Hulu's big problem: No loyalty

As the Daily Show and Colbert Report leave Hulu, they reveal the video streaming site's greatest weakness.

Gavin Bond
There they go, walking out on Hulu. The Daily Show and The Colbert Report will leave the streaming video site next week.

Next week, The Daily Show and The Colbert Report, two of the most watched shows on Hulu, will be pulled from the website's video library.

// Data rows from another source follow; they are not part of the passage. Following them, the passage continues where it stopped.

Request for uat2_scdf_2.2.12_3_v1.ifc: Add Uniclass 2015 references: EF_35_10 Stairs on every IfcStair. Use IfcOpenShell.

First a look at what the model holds.

```python
import ifcopenshell

model = ifcopenshell.open("uat2_scdf_2.2.12_3_v1.ifc")
print(model.schema)
print("classifications:", [c.Name for c in model.by_type("IfcClassification")])
for ifc_class in ("IfcDoor", "IfcRoof", "IfcStair", "IfcWall", "IfcWindow"):
    print(ifc_class, len(model.by_type(ifc_class)))
```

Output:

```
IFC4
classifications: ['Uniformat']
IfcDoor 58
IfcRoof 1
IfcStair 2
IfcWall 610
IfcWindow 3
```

```python
import ifcopenshell
import ifcopenshell.api.classification

model = ifcopenshell.open("uat2_scdf_2.2.12_3_v1.ifc")

system = ifcopenshell.api.classification.add_classification(model, classification="Uniclass 2015")

codes = {
    "IfcStair": ("EF_35_10", "Stairs"),
}
for ifc_class, (code, name) in codes.items():
    products = model.by_type(ifc_class)
    ifcopenshell.api.classification.add_reference(
        model, products=products, classification=system, identification=code, name=name
    )
    print(code, len(products))

model.write("uat2_scdf_2.2.12_3_v1_updated.ifc")
```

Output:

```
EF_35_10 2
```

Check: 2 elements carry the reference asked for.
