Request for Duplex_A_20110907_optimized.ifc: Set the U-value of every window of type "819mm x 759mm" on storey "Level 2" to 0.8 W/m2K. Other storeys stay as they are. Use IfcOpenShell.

First a look at what the model holds.

```python
import ifcopenshell
import ifcopenshell.util.element

model = ifcopenshell.open("Duplex_A_20110907_optimized.ifc")
print(model.schema)
storey = next(s for s in model.by_type("IfcBuildingStorey") if s.Name == "Level 2")
windows = [e for e in ifcopenshell.util.element.get_decomposition(storey) if e.is_a("IfcWindow")]
seen = {}
for e in windows:
    element_type = ifcopenshell.util.element.get_type(e)
    key = (element_type.Name if element_type != e and element_type else None, ifcopenshell.util.element.get_pset(e, "Pset_WindowCommon", "ThermalTransmittance"))
    seen[key] = seen.get(key, 0) + 1
for (name, value), count in sorted(seen.items(), key=str):
    print(count, "x", name, "|", value)
```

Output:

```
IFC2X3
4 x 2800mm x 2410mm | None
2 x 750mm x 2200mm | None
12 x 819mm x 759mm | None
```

```python
import ifcopenshell
import ifcopenshell.api.pset
import ifcopenshell.util.element

model = ifcopenshell.open("Duplex_A_20110907_optimized.ifc")

storey = next(s for s in model.by_type("IfcBuildingStorey") if s.Name == "Level 2")
windows = [e for e in ifcopenshell.util.element.get_decomposition(storey) if e.is_a("IfcWindow")]

count = 0
for e in windows:
    element_type = ifcopenshell.util.element.get_type(e)
    if element_type in (None, e) or element_type.Name != "819mm x 759mm":
        continue
    # add_pset returns the element's existing set when there is one.
    pset = ifcopenshell.api.pset.add_pset(model, product=e, name="Pset_WindowCommon")
    ifcopenshell.api.pset.edit_pset(model, pset=pset, properties={"ThermalTransmittance": 0.8})
    count += 1

print(count, "windows updated")

model.write("Duplex_A_20110907_optimized_edited.ifc")
```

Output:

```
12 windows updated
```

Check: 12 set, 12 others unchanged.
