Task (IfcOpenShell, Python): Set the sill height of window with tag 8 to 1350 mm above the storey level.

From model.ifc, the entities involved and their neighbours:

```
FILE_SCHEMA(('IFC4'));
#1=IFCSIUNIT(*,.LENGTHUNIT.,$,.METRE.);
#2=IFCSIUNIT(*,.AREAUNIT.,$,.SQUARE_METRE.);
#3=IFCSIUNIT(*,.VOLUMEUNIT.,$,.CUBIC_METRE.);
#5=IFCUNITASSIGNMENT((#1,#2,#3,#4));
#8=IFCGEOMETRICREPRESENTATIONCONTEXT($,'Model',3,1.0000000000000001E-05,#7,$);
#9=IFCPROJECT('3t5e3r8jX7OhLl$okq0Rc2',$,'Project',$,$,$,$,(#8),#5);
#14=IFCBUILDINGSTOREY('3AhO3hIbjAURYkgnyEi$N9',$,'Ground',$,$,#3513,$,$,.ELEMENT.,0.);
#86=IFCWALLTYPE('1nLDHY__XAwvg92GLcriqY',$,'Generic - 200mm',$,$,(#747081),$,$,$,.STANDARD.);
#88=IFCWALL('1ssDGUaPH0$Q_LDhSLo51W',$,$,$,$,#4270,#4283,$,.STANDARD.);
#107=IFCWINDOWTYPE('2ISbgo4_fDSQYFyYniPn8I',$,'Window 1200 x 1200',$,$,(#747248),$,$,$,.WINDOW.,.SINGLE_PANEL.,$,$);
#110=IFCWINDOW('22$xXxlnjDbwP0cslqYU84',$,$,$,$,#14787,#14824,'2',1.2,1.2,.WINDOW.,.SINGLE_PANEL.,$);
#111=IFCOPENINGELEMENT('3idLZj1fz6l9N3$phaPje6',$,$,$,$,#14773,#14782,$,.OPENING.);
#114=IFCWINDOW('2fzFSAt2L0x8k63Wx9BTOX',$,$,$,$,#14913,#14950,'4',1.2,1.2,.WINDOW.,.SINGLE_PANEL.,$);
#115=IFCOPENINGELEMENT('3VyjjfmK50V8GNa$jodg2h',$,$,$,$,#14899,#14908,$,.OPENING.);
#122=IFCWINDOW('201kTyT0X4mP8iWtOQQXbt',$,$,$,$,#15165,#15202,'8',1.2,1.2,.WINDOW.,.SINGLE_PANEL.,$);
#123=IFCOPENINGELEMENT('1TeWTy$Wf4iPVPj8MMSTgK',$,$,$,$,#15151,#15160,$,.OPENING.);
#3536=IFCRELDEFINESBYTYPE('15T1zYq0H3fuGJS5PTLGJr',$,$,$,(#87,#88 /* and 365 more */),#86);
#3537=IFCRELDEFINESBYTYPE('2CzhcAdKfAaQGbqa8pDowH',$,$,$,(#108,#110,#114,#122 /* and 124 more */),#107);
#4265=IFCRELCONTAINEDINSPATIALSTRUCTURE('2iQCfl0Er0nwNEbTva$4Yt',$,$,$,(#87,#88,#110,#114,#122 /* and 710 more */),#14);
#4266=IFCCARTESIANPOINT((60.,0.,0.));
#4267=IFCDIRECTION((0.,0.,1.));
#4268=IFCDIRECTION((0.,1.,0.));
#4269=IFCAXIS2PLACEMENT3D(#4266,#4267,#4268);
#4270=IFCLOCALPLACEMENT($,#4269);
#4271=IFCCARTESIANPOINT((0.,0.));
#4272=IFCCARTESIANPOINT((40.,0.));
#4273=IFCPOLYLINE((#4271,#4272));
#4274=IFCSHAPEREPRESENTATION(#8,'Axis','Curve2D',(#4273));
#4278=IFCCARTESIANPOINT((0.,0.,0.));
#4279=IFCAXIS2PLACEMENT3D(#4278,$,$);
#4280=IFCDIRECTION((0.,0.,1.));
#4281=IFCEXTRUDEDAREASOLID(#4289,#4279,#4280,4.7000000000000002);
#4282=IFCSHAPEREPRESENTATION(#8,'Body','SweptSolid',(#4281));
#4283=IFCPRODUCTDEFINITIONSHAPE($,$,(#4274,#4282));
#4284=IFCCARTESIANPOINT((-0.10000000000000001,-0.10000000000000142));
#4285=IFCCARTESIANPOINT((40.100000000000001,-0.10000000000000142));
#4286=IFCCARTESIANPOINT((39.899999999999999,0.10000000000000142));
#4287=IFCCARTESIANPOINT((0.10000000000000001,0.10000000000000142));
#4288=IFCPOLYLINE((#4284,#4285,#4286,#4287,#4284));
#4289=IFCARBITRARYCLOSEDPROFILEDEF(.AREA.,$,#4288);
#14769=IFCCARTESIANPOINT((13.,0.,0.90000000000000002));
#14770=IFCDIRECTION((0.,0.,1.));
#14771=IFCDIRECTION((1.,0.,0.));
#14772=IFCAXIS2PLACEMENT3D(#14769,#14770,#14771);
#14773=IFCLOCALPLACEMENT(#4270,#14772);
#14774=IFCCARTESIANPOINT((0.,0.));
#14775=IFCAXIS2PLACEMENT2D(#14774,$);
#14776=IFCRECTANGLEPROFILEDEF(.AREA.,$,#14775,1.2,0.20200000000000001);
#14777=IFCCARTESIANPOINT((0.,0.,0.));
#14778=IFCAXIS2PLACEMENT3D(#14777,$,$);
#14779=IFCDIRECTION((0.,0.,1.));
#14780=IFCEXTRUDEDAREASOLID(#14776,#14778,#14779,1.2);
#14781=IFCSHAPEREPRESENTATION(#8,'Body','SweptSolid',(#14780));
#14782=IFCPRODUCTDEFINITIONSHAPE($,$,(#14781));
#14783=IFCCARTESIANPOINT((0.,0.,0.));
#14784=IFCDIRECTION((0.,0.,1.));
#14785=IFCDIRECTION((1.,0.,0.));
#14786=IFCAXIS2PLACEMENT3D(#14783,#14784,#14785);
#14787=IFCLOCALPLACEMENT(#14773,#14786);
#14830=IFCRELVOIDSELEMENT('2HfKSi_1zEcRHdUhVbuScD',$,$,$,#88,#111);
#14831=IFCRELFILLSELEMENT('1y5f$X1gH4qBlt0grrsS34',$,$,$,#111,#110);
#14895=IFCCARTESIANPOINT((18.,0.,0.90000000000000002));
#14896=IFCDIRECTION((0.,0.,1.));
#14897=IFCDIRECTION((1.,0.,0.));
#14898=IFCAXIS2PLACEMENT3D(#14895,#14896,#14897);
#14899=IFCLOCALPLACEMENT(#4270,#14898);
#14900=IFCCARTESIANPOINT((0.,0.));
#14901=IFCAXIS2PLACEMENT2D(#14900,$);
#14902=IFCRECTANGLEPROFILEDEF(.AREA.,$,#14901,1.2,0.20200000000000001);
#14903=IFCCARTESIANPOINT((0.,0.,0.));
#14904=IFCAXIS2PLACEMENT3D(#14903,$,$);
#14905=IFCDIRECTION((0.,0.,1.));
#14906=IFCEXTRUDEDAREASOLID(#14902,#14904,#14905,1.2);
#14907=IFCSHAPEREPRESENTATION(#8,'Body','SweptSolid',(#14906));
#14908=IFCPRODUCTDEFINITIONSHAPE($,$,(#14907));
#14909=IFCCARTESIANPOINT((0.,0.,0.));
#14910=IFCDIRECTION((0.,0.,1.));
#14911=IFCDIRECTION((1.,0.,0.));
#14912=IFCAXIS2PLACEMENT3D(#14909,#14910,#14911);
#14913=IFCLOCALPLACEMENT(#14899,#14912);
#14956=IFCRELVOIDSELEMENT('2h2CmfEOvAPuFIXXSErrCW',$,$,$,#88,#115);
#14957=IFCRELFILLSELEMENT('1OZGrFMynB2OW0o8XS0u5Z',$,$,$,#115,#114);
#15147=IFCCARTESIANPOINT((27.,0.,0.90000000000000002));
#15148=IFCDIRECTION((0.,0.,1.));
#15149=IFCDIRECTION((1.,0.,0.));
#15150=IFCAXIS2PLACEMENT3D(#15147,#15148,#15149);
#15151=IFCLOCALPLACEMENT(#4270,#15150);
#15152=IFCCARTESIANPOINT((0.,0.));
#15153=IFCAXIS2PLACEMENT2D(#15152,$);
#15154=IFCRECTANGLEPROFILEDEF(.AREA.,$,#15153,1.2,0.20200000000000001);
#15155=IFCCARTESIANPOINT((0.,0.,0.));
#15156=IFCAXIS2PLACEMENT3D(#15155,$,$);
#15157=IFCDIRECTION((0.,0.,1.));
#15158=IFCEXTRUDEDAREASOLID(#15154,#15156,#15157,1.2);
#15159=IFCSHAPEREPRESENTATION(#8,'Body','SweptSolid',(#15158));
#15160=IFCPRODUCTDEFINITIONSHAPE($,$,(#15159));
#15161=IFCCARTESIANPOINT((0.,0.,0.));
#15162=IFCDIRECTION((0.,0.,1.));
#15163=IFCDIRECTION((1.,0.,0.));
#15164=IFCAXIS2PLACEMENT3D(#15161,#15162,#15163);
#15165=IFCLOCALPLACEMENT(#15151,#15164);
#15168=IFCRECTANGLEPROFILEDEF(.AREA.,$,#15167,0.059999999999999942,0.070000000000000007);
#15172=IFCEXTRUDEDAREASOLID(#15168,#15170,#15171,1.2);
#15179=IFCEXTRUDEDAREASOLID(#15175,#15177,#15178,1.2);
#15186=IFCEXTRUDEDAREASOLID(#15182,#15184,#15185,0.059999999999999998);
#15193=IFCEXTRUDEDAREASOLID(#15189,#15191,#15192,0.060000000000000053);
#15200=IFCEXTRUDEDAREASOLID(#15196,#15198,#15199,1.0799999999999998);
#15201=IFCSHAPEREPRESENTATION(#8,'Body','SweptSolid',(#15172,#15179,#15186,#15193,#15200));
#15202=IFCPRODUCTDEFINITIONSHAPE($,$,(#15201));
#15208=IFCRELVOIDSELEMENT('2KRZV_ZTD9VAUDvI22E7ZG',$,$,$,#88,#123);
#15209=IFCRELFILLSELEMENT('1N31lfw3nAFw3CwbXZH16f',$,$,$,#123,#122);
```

```python
import numpy as np
import ifcopenshell
import ifcopenshell.api.geometry
import ifcopenshell.geom
import ifcopenshell.util.element
import ifcopenshell.util.placement
import ifcopenshell.util.shape
import ifcopenshell.util.unit

model = ifcopenshell.open("model.ifc")
unit_scale = ifcopenshell.util.unit.calculate_unit_scale(model)

window = model.by_guid("201kTyT0X4mP8iWtOQQXbt")
opening = window.FillsVoids[0].RelatingOpeningElement
storey = ifcopenshell.util.element.get_container(window, ifc_class="IfcBuildingStorey")
level = ifcopenshell.util.placement.get_local_placement(storey.ObjectPlacement)[2, 3]

# The opening's origin need not be at the sill, so measure its lowest point.
shape = ifcopenshell.geom.create_shape(ifcopenshell.geom.settings(), opening)
bottom = ifcopenshell.util.shape.get_shape_bottom_elevation(shape, shape.geometry) / unit_scale
dz = level + 1.35 - bottom

shift = np.array([0.0, 0.0, dz])
# The window is placed relative to its opening, so it follows when the opening moves.
matrix = ifcopenshell.util.placement.get_local_placement(opening.ObjectPlacement)
matrix[:3, 3] += shift
ifcopenshell.api.geometry.edit_object_placement(
    model, product=opening, matrix=matrix, is_si=False, should_transform_children=True
)

print(f"moved by {dz * unit_scale:+.3f} m")

model.write("model_edited.ifc")
```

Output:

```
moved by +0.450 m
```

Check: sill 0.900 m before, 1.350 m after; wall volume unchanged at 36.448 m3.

Fans have until Tuesday, March 9, to watch these and other Comedy Central shows before they disappear from Hulu. Reruns will still exist online, but only through the cable network's official sites, and

This departure will probably cause only a small dip in traffic. Hulu's audience has grown steadily for some time now, with 1 billion video views a month – second only to YouTube.

But the Comedy Central announcement highlights an enduring problem for Hulu: loyalty.

The only reason Hulu has come this far is because NBC, Fox, and ABC joined forces to create the site and test the online waters. In a way, Hulu is guaranteed content from those three networks. Expanding its catalog into movies and cable shows, on the other hand, is an uphill battle.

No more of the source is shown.